6) …as are the contradictions
Tough, but here are my picks of the night:
i. The junior doctor saying the NHS was at breaking point (people phoning me up, ‘bleeding’ because they ‘can’t get beds’), minutes after: ‘Not to worry’, my colleague who was originally going to speak this evening has broken her ankle, but she’s ‘getting excellent care on the NHS!’
ii. Having stressed the need to ‘recognise democracy’, the area representative concluding: ‘Support Jeremy, or clear off!’
iii. McDonnell: ‘Government dominated by one person and a small group is unaccountable’… (See section 7.)
iv. ‘There was ‘no other way but to sack him’ — McDonnell referring to some ex-minister, before claiming: Jeremy ‘doesn’t like conflict. He’s a conflict resolver.’
v. McDonnell, again: ‘I liked Ed Miliband, to be frank.’
7) They still hate Blair much more than they hate the Tories
Predictably, Jeremy being touted as ‘the only person who can heal the wounds of TonyBlair’ gained a satisfied audience sigh. As did the TU guy’s opening anecdote about his Muslim mate, who — during the ‘crescendo of the Iraq war’ — felt uncomfortable riding the Central Line, because of ‘the way this government has made me feel’. (Yes, that’s Blair’s government, not the Conservatives’.) Then (oh so neat), McDonnell describing the former Prime Minister’s actions in Northern Ireland as ‘heroic’. Continuing, of course, with ‘then Iraq happened’. Bare ‘Iraq’ — the shorthand self-centre of a gap-yearing teenager ‘doing Chile’. Or Venezuela, perhaps. It’s not simply preaching to the converted‚ it’s skillful preaching to those who think they might be, too.
8) They don’t care about Owen Smith, either
A rare name-check came when the area representative criticised him for supporting Prevent, which she explained as ‘state-sponsored Islamophobia and racism’.
9) They’re making history, don’t you know?
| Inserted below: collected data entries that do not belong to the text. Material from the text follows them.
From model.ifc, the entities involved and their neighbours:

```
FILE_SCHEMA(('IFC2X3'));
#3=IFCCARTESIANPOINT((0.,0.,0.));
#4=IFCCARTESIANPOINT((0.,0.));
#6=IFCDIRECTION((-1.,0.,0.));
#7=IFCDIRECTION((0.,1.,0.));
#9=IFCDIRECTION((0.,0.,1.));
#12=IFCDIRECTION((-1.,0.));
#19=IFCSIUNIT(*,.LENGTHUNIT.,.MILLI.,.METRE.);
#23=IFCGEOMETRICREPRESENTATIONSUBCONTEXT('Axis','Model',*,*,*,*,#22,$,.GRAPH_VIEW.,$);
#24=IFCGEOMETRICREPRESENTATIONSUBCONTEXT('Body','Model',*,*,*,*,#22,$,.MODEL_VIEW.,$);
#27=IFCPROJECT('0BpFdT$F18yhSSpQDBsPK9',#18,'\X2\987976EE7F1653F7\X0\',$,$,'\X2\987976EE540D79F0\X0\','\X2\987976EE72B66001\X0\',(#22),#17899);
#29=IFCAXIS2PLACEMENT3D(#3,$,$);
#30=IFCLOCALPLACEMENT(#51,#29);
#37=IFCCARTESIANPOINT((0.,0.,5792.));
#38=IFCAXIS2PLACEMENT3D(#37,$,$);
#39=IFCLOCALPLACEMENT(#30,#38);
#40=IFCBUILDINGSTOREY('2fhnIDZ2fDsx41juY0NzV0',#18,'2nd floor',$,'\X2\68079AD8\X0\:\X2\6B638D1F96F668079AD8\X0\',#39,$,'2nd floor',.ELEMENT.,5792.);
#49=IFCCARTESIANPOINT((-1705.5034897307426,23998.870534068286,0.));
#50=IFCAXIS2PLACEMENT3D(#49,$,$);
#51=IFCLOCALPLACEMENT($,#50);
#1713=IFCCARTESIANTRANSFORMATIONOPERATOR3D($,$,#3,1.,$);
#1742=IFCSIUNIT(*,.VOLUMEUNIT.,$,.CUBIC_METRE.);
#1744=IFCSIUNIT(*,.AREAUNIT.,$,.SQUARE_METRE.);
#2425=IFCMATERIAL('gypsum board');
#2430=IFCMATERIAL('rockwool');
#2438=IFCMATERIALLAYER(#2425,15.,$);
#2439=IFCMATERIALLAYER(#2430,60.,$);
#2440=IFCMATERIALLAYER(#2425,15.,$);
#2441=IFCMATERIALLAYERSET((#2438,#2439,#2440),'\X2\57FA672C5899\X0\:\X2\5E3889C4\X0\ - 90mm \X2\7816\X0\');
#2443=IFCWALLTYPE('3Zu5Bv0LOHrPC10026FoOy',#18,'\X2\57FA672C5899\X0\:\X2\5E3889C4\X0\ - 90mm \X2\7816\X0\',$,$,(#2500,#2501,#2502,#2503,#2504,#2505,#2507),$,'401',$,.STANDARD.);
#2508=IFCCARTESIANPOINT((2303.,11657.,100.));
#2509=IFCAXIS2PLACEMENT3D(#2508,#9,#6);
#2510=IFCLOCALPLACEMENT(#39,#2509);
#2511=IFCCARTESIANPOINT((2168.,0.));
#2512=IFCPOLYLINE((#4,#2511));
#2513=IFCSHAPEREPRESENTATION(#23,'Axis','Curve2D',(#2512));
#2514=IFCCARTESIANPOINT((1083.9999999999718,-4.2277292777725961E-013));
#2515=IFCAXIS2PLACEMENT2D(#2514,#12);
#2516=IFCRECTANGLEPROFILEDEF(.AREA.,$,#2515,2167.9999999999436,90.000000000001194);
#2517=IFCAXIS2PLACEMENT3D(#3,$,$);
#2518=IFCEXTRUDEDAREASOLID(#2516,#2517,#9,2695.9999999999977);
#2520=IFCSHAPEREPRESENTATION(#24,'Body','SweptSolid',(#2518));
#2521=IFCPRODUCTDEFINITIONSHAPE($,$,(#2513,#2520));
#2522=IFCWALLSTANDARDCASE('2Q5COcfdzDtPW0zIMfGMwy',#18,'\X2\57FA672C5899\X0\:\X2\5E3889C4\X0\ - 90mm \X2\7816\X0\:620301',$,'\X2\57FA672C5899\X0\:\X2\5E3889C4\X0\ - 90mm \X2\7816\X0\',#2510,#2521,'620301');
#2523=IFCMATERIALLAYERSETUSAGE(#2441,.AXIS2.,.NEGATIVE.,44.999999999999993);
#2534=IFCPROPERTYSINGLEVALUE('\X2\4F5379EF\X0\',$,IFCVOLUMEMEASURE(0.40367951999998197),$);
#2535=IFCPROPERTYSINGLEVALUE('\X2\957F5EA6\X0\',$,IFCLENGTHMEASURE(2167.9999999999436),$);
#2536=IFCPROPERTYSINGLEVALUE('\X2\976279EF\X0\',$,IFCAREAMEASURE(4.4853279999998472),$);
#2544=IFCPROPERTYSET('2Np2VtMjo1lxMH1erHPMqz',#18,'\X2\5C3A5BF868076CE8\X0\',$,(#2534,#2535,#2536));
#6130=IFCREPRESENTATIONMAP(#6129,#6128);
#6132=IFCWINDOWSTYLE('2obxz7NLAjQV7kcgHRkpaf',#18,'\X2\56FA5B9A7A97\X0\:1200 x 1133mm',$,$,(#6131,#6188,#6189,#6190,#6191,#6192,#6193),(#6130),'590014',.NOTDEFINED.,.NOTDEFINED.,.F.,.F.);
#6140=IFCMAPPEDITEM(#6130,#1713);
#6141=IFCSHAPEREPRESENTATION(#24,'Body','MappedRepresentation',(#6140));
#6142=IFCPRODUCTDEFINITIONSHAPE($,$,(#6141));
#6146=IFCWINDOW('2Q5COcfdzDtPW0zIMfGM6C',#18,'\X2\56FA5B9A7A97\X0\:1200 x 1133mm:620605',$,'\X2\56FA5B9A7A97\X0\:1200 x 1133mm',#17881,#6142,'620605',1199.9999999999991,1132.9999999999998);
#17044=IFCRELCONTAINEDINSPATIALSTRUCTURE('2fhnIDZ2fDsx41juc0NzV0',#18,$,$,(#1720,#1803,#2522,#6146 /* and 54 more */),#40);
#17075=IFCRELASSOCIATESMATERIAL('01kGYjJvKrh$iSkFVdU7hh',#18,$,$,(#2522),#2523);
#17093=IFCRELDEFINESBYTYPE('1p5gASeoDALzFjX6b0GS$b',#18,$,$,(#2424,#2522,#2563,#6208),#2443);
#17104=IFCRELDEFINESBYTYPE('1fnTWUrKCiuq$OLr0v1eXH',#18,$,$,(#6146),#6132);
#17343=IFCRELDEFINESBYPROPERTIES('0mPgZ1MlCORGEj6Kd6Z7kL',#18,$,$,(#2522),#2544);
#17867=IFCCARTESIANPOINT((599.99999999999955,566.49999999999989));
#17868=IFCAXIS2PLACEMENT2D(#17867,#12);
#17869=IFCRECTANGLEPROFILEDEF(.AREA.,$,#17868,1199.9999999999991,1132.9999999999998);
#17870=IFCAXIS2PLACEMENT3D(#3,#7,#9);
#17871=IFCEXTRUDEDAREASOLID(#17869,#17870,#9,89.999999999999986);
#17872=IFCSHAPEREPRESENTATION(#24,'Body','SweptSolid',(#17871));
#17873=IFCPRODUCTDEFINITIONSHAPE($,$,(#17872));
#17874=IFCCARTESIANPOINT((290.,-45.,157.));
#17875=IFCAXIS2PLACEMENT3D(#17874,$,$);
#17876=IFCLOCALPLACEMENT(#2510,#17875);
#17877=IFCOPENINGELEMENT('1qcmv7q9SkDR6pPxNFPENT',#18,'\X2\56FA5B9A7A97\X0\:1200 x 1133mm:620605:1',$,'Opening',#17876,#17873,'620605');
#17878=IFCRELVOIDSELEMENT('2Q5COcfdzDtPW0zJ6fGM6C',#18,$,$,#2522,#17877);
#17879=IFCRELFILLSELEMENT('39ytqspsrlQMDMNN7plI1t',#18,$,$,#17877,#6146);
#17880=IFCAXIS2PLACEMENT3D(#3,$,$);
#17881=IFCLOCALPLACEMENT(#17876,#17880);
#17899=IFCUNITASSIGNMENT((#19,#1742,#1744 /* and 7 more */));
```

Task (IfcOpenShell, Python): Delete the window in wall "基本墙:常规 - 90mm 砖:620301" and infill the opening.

```python
import ifcopenshell
import ifcopenshell.api.feature
import ifcopenshell.api.pset
import ifcopenshell.api.root
import ifcopenshell.geom
import ifcopenshell.util.element
import ifcopenshell.util.shape
import ifcopenshell.util.unit

model = ifcopenshell.open("model.ifc")
area_scale = ifcopenshell.util.unit.calculate_unit_scale(model, "AREAUNIT")
volume_scale = ifcopenshell.util.unit.calculate_unit_scale(model, "VOLUMEUNIT")
settings = ifcopenshell.geom.settings()


def volume(element):
    """Net volume in cubic metres, openings subtracted."""
    shape = ifcopenshell.geom.create_shape(settings, element)
    return ifcopenshell.util.shape.get_volume(shape.geometry)


window = model.by_id(6146)
opening = window.FillsVoids[0].RelatingOpeningElement
wall = opening.VoidsElements[0].RelatingBuildingElement
before = volume(wall)

ifcopenshell.api.root.remove_product(model, product=window)
ifcopenshell.api.feature.remove_feature(model, feature=opening)

after = volume(wall)
thickness = 0.09  # wall thickness in metres

# Update the wall's stored quantities.
pset = model.by_id(ifcopenshell.util.element.get_pset(wall, "尺寸标注", should_inherit=False)["id"])
ifcopenshell.api.pset.edit_pset(model, pset=pset, properties={
    "体积": model.create_entity("IfcVolumeMeasure", after / volume_scale),
    "面积": model.create_entity("IfcAreaMeasure", after / thickness / area_scale),
})

print(f"wall volume {before:.3f} -> {after:.3f} m3")

model.write("model_updated.ifc")
```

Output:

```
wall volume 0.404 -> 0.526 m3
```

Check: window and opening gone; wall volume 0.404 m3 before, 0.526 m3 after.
And so we return to McDonnell’s warrior tales — his party bonfire entertainments. ‘Attlee and Bevan are remembered for the NHS. Corbyn and Rayner [he clarified who] will be remembered for the National Education Service: free education from the cradle to the grave.’ And the plots. The ‘very British coup’, which didn’t, amazingly, begin after the referendum. No. There was Oldham. And the mayors. And others, it turns out. Followed by the take-home line that, when The Establishment attacks him, ‘We are all JeremyCorbyn’. Nous sommes, indeed.
10) Anything more?
So much has been written about Momentum — since Mark Wallace’s original-and-unbeaten entryism exposé, here, last December — what’s left to say? Now, they don’t even have to hammer Umunna: none of that lot’s names were mentioned explicitly. We know where they stand. And McDonnell remains McDonnell — calculated style and little else, as long as you don’t go too deep. Maybe it’d have been different if JeremyCorbyn had been there. Maybe it wouldn’t. Dismissive acceptance is somehow complicit, but, hey, it’s just momentum — and it’s building up nicely.